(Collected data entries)
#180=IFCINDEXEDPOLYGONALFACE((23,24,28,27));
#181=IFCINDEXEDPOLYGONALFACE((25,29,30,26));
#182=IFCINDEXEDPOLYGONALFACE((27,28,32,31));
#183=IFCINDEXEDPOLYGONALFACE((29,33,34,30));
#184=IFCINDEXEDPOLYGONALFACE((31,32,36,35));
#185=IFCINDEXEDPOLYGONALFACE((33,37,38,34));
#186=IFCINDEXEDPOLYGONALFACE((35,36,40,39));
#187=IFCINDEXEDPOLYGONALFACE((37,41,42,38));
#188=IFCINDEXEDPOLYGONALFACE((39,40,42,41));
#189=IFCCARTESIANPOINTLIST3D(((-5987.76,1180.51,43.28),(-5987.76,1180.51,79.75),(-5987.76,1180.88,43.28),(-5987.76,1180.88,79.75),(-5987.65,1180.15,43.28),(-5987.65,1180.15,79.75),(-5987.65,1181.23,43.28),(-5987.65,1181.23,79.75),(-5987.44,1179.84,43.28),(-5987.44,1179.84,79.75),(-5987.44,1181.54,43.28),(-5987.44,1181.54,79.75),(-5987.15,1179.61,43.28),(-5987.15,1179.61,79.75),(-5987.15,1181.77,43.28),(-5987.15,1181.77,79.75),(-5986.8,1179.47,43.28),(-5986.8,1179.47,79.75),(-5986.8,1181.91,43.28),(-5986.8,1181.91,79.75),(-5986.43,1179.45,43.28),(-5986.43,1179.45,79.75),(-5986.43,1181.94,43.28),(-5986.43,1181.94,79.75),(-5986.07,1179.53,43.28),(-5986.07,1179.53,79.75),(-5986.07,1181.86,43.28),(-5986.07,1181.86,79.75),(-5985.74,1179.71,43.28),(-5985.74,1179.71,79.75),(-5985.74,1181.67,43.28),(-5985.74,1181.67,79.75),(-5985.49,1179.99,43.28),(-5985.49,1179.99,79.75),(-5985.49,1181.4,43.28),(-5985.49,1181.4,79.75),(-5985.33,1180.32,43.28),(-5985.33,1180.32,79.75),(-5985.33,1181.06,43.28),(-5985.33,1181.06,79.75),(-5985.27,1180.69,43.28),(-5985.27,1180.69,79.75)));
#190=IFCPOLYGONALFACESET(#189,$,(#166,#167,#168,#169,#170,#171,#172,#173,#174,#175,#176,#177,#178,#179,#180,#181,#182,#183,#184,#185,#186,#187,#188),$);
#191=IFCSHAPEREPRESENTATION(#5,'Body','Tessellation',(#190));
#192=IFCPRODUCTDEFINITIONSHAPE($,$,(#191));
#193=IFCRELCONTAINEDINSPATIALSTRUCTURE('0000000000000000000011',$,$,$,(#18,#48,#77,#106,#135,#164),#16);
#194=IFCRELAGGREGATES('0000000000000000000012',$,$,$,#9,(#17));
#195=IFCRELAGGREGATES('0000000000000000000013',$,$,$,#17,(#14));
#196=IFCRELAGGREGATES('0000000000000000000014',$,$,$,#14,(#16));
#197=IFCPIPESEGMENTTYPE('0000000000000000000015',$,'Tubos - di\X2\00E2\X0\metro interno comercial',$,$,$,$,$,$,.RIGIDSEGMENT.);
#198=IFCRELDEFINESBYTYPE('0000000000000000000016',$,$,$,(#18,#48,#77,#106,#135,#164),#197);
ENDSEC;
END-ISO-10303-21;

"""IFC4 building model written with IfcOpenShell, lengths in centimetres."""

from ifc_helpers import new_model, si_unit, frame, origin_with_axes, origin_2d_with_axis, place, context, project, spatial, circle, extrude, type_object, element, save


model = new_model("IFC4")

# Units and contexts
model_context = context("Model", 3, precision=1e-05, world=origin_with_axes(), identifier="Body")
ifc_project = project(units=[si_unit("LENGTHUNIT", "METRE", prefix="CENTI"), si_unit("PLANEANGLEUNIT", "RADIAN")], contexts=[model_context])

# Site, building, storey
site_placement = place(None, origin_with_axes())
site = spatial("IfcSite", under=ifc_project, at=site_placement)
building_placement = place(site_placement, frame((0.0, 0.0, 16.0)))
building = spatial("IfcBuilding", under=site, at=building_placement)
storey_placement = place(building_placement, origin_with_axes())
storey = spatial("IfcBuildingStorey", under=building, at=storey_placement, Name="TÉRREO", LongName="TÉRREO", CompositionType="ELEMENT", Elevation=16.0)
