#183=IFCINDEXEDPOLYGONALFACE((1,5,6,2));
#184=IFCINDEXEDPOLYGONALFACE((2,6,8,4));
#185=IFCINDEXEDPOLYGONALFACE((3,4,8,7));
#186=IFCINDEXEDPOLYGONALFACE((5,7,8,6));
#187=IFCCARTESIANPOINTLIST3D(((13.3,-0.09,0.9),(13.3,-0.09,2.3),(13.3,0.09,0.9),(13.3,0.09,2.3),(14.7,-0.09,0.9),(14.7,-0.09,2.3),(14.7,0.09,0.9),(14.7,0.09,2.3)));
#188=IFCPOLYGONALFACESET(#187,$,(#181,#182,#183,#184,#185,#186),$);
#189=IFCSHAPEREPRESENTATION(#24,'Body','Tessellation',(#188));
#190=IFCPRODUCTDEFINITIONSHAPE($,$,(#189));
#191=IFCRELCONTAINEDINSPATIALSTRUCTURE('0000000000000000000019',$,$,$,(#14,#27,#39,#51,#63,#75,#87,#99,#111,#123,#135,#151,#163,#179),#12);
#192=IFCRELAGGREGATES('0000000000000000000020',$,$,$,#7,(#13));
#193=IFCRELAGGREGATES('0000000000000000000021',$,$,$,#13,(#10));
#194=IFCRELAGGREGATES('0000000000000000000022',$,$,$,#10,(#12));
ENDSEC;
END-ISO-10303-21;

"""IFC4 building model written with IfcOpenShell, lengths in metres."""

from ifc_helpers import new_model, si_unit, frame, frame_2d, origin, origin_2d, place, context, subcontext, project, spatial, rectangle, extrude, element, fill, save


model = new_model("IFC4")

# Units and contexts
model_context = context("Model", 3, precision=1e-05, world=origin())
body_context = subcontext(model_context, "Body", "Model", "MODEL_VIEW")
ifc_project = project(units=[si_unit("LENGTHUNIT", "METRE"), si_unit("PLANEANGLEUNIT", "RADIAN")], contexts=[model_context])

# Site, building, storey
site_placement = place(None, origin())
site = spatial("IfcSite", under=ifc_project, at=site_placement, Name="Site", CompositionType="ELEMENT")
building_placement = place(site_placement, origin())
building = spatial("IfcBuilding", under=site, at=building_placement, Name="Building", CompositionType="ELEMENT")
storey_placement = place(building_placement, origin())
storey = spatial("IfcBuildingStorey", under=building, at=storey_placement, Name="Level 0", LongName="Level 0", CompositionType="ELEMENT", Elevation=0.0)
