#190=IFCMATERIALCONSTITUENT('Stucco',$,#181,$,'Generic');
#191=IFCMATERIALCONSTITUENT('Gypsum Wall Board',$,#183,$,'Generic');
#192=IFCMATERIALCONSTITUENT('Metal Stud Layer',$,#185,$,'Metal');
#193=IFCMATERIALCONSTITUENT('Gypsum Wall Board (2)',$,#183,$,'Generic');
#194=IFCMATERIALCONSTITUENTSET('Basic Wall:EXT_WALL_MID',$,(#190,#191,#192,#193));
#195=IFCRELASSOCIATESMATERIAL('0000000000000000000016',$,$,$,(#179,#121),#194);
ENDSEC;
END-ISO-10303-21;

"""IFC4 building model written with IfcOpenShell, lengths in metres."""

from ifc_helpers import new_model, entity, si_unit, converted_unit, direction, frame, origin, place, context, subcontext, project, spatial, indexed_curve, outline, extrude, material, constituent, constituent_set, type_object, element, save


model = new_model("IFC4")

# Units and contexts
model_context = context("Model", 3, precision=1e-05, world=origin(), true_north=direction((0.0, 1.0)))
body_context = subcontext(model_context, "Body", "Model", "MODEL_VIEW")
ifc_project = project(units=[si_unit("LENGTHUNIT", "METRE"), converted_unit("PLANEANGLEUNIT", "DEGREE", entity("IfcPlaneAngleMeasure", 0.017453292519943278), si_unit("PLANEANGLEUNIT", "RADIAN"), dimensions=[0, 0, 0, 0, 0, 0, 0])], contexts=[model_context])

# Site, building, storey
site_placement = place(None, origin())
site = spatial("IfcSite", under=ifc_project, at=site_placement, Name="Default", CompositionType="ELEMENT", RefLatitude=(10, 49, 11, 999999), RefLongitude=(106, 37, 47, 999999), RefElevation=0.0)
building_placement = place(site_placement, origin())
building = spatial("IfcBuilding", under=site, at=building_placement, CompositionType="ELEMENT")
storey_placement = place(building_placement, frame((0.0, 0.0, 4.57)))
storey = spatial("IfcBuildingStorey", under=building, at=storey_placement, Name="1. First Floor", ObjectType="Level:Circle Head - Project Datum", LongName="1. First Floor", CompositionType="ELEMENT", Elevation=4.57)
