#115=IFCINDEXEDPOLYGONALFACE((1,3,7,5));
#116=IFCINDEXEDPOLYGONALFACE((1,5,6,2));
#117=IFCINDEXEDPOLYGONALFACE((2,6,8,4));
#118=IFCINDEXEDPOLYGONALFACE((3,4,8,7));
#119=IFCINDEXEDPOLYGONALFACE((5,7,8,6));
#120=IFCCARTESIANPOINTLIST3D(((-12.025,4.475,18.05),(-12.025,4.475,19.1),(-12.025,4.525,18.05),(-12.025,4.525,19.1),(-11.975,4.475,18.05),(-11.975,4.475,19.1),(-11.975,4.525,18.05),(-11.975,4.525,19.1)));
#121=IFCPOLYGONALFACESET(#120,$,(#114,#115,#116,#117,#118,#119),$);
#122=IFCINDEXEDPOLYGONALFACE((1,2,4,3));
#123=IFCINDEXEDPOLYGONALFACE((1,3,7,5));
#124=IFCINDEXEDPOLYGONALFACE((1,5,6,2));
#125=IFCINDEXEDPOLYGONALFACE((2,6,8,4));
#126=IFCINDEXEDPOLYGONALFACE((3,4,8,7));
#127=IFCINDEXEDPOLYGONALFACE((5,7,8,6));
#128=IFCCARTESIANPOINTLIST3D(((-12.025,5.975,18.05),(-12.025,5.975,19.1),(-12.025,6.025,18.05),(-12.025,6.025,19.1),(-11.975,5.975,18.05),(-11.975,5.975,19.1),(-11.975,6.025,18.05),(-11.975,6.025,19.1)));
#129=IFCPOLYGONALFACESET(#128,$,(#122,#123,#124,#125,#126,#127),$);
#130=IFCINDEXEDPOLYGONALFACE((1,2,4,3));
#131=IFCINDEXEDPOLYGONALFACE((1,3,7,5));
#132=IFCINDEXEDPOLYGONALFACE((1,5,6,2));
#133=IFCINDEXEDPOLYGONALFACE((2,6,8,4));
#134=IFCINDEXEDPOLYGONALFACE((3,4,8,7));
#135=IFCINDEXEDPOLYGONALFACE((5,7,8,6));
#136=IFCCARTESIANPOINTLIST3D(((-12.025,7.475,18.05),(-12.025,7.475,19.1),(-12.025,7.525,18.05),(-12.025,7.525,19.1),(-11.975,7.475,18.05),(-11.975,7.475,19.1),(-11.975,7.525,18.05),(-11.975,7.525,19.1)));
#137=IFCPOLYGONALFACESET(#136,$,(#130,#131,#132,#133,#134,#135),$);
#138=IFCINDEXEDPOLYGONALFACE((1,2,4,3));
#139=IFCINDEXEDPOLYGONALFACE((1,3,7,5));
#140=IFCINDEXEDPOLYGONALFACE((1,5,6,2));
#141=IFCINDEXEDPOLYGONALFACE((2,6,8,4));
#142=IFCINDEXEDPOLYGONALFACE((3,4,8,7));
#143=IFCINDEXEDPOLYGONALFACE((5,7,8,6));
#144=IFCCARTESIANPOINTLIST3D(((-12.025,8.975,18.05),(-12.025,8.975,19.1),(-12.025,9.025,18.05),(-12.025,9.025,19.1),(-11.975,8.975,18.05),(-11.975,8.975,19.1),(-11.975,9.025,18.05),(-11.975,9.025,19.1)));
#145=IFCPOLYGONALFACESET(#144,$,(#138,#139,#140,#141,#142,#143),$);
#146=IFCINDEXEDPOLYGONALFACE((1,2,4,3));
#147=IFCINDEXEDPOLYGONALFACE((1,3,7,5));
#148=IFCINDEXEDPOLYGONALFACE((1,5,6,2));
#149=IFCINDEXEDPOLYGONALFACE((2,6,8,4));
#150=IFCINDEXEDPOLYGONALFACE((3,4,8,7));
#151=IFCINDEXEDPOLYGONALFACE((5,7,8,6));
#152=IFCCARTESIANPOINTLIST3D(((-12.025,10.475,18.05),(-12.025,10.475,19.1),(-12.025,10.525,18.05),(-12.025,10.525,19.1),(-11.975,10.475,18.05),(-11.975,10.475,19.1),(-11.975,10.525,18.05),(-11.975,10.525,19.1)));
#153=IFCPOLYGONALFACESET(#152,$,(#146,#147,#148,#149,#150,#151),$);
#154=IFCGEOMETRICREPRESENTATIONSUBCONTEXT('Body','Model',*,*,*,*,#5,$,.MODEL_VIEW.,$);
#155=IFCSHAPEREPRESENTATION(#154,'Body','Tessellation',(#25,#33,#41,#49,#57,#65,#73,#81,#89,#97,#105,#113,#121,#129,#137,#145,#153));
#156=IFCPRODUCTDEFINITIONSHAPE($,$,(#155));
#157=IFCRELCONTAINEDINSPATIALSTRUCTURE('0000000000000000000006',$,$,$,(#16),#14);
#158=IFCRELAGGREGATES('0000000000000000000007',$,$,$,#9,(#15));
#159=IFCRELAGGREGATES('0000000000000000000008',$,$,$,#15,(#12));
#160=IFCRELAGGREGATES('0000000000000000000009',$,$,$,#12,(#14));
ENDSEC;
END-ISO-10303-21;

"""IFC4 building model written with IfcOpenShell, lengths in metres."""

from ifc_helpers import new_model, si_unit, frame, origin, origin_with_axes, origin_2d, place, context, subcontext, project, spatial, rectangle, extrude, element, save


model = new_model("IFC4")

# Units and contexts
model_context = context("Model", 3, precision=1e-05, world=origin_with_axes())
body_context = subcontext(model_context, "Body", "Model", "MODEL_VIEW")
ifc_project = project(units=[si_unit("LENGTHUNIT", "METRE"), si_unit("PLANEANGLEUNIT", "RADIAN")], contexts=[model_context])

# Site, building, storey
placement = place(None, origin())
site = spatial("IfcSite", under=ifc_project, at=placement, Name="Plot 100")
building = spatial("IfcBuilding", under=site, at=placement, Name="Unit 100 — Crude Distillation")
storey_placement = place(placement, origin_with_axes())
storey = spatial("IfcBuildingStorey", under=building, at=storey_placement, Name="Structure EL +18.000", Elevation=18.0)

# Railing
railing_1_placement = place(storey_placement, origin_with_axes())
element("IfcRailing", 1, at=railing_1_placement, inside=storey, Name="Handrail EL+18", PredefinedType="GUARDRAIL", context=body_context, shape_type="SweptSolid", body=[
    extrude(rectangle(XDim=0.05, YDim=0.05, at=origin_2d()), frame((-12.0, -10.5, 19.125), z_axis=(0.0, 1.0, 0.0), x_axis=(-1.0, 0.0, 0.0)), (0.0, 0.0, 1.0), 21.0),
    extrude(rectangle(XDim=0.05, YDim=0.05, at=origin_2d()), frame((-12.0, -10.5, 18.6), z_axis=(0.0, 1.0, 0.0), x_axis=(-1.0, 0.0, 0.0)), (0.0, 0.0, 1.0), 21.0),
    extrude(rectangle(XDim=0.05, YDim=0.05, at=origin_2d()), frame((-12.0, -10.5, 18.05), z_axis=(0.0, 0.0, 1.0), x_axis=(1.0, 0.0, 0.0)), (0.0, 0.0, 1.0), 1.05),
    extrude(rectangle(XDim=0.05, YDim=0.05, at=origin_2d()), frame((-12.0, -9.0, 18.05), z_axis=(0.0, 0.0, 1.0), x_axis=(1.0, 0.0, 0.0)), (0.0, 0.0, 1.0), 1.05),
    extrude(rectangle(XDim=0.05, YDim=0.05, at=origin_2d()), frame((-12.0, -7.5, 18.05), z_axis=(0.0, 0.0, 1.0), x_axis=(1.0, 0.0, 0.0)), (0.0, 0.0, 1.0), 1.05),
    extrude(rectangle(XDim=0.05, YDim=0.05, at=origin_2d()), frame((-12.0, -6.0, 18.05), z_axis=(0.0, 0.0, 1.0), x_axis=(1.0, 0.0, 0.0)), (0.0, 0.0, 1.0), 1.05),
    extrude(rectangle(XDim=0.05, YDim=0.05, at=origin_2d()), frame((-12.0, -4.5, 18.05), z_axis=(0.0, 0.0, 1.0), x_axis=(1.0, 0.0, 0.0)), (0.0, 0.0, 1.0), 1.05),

GOAL OF THE EXERCISE » Please retype the data exactly as it stands, from its first line down to the line that contains "#188=IFCINDEXEDPOLYGONALFACE((39,40,42,41));", then stop.

ANSWER TO THIS EXERCISE »
#180=IFCINDEXEDPOLYGONALFACE((23,24,28,27));
#181=IFCINDEXEDPOLYGONALFACE((25,29,30,26));
#182=IFCINDEXEDPOLYGONALFACE((27,28,32,31));
#183=IFCINDEXEDPOLYGONALFACE((29,33,34,30));
#184=IFCINDEXEDPOLYGONALFACE((31,32,36,35));
#185=IFCINDEXEDPOLYGONALFACE((33,37,38,34));
#186=IFCINDEXEDPOLYGONALFACE((35,36,40,39));
#187=IFCINDEXEDPOLYGONALFACE((37,41,42,38));
#188=IFCINDEXEDPOLYGONALFACE((39,40,42,41));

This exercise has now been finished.